### [Work to be completed]
What you produce should be every line from the data that includes "IFCSIUNIT".

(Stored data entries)
= = = = = = =

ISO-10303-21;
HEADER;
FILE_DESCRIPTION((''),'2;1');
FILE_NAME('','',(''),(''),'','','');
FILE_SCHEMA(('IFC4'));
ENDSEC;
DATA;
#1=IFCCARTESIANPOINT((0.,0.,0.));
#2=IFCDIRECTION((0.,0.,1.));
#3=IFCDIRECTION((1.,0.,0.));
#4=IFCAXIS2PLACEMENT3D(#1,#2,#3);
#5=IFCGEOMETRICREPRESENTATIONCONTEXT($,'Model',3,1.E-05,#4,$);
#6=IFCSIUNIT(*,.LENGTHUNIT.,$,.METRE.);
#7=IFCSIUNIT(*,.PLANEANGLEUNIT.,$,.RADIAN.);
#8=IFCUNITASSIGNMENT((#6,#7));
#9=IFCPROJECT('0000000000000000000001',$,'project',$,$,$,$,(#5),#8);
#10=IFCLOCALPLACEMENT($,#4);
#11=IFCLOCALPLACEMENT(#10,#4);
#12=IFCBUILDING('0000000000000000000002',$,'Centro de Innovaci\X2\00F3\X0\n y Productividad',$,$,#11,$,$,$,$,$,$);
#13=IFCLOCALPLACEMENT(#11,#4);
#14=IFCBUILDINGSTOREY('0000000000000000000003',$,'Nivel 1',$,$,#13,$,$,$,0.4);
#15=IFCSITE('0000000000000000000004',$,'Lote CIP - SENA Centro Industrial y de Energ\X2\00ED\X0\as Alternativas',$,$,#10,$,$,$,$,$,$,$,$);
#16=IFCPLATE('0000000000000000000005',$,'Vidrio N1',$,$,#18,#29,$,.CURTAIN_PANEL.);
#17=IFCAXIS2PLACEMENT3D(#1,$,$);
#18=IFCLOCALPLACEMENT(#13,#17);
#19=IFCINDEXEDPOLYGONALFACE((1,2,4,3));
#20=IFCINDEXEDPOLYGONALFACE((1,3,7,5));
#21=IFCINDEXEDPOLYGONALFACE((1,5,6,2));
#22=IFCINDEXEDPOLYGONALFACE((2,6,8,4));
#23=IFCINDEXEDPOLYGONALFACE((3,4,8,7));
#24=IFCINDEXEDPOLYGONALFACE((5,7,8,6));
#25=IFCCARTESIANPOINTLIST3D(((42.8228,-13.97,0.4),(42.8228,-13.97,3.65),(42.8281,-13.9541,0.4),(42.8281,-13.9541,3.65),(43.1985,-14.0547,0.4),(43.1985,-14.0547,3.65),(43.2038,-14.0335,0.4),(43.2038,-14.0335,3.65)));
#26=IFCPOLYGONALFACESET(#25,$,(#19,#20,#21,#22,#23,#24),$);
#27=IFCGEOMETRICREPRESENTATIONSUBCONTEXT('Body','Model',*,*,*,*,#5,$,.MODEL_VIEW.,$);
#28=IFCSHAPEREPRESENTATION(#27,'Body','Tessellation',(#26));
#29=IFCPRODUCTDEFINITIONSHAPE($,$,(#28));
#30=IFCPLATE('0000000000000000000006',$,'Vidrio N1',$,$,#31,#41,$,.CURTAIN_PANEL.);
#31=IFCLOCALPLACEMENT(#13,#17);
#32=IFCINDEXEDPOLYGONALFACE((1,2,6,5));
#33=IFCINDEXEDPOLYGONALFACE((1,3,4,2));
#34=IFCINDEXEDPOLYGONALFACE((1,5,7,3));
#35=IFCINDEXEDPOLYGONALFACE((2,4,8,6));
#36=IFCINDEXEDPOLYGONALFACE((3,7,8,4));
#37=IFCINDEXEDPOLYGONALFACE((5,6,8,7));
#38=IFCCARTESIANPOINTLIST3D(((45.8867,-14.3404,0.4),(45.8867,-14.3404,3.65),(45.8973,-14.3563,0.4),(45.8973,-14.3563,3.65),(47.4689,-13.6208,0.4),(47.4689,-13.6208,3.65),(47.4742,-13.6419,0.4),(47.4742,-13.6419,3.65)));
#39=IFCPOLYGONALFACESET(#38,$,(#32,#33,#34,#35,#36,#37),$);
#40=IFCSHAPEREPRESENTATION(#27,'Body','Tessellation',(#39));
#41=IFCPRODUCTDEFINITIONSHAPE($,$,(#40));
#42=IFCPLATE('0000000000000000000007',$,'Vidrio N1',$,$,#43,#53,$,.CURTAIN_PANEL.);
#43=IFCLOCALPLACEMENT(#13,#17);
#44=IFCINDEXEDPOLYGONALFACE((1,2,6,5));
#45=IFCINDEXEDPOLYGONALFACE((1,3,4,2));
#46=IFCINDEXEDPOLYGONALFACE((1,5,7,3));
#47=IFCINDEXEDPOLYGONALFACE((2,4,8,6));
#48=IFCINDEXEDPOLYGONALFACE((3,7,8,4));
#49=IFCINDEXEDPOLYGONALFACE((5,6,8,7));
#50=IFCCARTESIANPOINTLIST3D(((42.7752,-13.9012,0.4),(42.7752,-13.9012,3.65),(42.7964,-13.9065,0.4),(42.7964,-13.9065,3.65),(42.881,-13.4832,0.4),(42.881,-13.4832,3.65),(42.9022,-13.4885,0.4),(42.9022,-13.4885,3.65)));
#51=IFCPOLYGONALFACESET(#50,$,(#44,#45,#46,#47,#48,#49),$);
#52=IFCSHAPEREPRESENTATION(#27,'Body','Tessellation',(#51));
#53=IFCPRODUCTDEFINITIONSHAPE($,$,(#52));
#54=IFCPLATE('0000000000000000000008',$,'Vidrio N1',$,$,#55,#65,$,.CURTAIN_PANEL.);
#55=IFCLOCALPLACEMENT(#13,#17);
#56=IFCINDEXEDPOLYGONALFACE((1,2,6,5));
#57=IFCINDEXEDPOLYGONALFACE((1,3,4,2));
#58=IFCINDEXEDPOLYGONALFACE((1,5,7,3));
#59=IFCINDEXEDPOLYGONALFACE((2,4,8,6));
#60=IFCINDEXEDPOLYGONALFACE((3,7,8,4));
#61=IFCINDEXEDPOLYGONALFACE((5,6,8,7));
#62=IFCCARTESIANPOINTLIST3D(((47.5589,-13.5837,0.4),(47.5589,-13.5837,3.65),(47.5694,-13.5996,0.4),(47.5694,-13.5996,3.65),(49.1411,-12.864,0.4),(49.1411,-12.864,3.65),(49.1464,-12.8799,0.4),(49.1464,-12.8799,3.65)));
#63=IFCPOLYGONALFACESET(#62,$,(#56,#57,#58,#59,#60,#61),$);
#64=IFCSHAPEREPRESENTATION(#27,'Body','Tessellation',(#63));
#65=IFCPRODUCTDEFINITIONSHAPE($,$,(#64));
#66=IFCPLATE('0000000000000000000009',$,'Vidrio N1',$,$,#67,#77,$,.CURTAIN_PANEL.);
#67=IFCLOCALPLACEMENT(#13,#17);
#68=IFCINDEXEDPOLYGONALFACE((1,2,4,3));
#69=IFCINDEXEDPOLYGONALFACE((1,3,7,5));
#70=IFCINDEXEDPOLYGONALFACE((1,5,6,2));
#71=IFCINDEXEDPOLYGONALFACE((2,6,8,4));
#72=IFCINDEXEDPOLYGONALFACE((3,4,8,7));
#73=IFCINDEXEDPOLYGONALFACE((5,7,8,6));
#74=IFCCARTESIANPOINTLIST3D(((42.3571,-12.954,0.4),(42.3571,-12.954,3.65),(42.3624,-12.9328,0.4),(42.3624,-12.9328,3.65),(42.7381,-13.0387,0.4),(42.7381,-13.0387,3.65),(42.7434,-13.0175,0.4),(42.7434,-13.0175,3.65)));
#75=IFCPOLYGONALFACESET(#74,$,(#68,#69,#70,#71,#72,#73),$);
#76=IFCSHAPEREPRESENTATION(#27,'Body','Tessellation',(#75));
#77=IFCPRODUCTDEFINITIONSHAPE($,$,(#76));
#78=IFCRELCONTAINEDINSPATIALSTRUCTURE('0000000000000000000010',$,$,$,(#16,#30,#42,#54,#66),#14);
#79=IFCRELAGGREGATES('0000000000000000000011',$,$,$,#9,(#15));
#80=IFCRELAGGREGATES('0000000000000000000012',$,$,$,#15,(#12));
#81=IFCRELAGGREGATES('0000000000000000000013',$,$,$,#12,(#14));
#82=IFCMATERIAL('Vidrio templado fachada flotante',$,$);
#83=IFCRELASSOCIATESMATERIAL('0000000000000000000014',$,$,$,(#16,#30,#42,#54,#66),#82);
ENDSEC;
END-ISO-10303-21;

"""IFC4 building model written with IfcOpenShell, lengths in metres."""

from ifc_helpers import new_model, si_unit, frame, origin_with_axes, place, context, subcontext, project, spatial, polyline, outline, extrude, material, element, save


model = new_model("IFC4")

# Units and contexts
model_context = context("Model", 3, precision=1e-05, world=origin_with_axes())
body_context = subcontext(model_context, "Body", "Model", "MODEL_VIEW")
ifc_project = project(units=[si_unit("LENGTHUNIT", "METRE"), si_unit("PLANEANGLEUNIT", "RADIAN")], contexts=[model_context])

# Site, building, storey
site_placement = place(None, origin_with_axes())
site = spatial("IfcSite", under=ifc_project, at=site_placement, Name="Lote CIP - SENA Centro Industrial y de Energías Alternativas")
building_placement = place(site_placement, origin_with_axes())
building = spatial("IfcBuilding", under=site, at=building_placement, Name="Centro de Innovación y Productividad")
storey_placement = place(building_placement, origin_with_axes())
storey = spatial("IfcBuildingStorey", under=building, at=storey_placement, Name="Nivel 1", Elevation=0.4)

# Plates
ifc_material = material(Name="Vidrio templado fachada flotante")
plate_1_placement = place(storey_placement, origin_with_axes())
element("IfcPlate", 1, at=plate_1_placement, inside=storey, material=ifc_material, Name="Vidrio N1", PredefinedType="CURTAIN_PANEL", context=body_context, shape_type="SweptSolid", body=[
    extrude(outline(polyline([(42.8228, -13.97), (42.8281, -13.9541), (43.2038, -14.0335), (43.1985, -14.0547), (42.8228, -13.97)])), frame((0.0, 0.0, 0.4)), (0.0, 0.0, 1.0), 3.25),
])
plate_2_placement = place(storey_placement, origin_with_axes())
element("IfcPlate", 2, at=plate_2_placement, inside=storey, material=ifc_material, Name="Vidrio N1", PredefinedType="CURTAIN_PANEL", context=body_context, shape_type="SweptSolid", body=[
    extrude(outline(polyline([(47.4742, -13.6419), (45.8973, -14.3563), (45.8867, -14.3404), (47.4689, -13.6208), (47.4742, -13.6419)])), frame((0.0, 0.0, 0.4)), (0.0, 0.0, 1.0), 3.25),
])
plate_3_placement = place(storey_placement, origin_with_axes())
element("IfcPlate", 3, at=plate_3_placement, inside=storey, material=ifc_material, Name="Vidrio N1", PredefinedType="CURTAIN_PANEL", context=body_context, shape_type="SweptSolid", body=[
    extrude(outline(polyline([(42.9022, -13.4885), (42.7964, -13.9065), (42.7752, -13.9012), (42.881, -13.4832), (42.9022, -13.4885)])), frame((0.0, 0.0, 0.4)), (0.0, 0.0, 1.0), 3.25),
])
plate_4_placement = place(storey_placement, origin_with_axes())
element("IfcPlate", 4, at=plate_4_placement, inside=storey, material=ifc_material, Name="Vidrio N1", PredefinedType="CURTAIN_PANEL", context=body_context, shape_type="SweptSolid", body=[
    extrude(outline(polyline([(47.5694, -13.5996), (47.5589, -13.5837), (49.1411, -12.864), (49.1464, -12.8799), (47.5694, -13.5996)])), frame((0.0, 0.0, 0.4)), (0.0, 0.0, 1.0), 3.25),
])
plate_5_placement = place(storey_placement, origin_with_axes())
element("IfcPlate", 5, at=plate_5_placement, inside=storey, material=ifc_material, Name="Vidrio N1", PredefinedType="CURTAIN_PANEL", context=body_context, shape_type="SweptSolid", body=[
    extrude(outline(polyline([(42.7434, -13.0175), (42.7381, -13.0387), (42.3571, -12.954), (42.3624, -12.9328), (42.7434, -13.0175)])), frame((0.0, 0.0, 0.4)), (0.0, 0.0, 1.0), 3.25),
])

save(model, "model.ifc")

= = = = = = =

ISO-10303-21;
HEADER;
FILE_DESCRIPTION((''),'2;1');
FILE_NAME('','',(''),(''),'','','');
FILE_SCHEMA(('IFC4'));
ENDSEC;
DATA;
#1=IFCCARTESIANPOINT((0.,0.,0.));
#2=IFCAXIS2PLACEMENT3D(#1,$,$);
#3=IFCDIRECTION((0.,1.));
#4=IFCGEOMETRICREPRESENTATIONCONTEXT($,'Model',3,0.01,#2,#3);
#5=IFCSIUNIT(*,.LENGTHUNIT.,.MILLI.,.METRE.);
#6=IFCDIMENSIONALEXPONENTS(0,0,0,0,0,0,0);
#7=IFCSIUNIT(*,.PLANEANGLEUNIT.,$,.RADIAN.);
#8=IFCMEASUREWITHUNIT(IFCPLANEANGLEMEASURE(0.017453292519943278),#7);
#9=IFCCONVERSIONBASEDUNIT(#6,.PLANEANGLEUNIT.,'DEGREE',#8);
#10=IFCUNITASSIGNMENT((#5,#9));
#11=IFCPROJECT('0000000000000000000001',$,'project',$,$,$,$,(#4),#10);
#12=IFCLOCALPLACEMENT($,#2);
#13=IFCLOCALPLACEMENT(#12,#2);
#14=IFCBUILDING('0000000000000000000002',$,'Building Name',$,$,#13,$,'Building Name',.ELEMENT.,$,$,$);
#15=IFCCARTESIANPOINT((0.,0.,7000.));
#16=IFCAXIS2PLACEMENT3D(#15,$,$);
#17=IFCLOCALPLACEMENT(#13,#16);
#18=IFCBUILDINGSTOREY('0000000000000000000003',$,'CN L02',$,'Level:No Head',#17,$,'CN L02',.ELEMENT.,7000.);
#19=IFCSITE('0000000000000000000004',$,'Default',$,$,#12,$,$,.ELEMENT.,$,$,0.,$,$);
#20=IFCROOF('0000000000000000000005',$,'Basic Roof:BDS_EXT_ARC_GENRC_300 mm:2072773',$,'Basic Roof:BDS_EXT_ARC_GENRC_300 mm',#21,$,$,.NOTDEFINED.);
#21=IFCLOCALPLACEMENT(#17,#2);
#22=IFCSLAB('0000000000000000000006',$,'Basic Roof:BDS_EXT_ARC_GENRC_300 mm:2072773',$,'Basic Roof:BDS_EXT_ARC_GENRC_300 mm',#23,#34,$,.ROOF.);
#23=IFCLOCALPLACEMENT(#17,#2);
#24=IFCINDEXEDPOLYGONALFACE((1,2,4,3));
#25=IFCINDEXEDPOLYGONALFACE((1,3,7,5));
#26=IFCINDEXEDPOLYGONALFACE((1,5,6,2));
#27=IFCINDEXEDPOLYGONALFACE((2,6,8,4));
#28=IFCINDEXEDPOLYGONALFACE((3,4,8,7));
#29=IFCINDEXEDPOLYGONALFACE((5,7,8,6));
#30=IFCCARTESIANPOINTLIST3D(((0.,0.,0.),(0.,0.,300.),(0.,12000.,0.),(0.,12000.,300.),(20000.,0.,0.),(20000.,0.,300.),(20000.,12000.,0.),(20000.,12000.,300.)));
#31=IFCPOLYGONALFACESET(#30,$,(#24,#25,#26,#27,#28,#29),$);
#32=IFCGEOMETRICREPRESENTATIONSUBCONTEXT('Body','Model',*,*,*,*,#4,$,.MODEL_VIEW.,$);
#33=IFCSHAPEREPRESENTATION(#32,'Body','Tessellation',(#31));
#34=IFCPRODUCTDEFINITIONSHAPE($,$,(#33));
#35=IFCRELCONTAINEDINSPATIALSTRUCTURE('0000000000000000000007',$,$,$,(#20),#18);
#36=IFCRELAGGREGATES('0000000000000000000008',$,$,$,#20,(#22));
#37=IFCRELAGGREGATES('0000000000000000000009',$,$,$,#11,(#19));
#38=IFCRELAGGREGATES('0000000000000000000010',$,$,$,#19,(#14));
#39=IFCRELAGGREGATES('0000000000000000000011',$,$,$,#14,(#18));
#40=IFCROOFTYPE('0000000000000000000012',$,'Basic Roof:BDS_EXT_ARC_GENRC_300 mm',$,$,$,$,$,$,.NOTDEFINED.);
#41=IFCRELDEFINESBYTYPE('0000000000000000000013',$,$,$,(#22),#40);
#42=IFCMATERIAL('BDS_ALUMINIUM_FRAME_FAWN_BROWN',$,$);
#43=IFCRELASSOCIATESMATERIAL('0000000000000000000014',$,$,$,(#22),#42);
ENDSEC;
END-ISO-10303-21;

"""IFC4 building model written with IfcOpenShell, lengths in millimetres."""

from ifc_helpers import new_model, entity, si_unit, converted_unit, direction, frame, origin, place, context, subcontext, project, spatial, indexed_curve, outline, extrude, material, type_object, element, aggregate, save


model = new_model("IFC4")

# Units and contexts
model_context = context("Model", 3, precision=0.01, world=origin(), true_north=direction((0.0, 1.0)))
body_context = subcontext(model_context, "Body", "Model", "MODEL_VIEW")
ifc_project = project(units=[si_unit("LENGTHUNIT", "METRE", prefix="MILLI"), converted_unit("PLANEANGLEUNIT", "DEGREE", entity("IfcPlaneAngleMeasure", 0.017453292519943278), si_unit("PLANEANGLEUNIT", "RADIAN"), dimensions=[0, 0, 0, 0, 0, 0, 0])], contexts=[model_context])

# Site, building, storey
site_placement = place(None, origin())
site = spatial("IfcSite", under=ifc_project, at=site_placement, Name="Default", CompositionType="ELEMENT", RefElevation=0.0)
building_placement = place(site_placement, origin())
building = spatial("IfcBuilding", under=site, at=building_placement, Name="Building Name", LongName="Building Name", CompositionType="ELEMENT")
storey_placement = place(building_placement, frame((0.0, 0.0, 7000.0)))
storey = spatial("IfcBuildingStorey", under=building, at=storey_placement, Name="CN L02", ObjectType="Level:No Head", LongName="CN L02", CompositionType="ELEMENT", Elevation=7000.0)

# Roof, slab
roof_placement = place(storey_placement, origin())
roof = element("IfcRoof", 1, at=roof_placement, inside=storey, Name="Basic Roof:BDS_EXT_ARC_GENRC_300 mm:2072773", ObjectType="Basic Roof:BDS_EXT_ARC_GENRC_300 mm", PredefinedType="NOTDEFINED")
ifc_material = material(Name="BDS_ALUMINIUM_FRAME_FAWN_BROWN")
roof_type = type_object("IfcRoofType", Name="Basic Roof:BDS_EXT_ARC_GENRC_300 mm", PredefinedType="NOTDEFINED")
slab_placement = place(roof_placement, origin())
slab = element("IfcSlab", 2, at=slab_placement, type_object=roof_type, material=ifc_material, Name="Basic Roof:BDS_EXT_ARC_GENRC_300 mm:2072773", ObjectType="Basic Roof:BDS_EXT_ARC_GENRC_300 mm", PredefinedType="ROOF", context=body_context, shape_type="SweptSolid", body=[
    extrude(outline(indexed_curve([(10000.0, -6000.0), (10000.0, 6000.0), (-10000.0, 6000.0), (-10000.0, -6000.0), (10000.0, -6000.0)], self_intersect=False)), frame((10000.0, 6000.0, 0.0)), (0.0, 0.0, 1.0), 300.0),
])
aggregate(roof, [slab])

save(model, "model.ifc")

= = = = = = =

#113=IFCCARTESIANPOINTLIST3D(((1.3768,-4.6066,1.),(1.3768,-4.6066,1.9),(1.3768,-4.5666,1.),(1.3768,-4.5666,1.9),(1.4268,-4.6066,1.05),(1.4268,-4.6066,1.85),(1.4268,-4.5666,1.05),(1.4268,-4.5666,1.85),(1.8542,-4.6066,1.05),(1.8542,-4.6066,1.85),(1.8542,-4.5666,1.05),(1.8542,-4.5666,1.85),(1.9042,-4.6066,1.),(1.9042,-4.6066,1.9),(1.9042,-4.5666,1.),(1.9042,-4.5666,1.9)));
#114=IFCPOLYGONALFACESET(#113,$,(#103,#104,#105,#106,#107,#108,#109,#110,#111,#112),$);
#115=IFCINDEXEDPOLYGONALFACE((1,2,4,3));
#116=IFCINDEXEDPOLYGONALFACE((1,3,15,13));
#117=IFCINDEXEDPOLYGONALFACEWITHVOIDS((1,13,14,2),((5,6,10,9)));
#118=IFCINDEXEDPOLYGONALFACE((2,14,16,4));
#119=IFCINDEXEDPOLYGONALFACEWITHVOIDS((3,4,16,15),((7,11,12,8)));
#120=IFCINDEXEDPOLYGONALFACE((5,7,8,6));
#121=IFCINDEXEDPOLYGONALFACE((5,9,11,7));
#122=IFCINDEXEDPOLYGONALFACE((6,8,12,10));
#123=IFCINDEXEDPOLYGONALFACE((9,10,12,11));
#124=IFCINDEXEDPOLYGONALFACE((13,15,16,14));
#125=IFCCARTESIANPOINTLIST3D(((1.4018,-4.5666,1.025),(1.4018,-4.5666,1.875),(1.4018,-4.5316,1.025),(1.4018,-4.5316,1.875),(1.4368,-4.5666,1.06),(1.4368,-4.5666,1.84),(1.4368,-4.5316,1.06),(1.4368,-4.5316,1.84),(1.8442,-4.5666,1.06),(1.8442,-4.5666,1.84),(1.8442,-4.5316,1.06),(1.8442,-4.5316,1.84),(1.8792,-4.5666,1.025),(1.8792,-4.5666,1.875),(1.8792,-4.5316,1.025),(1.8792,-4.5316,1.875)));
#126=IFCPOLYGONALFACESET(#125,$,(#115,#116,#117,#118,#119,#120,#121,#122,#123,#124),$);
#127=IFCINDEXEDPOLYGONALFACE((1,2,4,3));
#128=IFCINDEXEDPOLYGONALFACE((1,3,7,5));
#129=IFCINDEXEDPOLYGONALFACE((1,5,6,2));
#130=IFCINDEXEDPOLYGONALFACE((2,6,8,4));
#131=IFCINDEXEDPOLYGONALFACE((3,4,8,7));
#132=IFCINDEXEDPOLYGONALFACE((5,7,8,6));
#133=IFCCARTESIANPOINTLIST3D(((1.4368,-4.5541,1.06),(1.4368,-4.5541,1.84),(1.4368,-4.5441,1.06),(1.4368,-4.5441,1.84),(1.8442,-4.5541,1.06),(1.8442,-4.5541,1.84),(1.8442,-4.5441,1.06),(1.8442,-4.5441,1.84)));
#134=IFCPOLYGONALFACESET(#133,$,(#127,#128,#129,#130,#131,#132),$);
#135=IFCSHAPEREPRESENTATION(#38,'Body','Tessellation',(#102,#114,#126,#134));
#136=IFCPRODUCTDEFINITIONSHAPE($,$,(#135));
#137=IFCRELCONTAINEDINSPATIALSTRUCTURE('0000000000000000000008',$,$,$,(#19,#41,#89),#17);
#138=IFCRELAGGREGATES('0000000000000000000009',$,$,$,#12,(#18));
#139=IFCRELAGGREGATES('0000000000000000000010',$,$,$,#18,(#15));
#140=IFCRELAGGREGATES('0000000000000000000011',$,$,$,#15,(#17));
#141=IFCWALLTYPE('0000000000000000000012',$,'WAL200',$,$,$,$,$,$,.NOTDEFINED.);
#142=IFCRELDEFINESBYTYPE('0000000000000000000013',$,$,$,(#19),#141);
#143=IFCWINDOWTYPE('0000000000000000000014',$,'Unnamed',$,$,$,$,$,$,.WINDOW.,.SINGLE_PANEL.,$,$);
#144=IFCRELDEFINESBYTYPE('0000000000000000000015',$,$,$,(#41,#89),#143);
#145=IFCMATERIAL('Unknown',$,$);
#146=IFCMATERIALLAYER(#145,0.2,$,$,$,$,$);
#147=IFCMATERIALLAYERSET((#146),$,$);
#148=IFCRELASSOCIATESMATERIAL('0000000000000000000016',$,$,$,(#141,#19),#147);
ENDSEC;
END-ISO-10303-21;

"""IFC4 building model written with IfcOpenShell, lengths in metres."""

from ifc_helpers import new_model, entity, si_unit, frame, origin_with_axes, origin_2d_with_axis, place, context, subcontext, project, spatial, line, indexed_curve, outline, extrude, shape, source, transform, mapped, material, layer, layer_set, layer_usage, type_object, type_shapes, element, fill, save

= = = = = = =

### [Exercise response]
#6=IFCSIUNIT(*,.LENGTHUNIT.,$,.METRE.);
#7=IFCSIUNIT(*,.PLANEANGLEUNIT.,$,.RADIAN.);
#5=IFCSIUNIT(*,.LENGTHUNIT.,.MILLI.,.METRE.);
#7=IFCSIUNIT(*,.PLANEANGLEUNIT.,$,.RADIAN.);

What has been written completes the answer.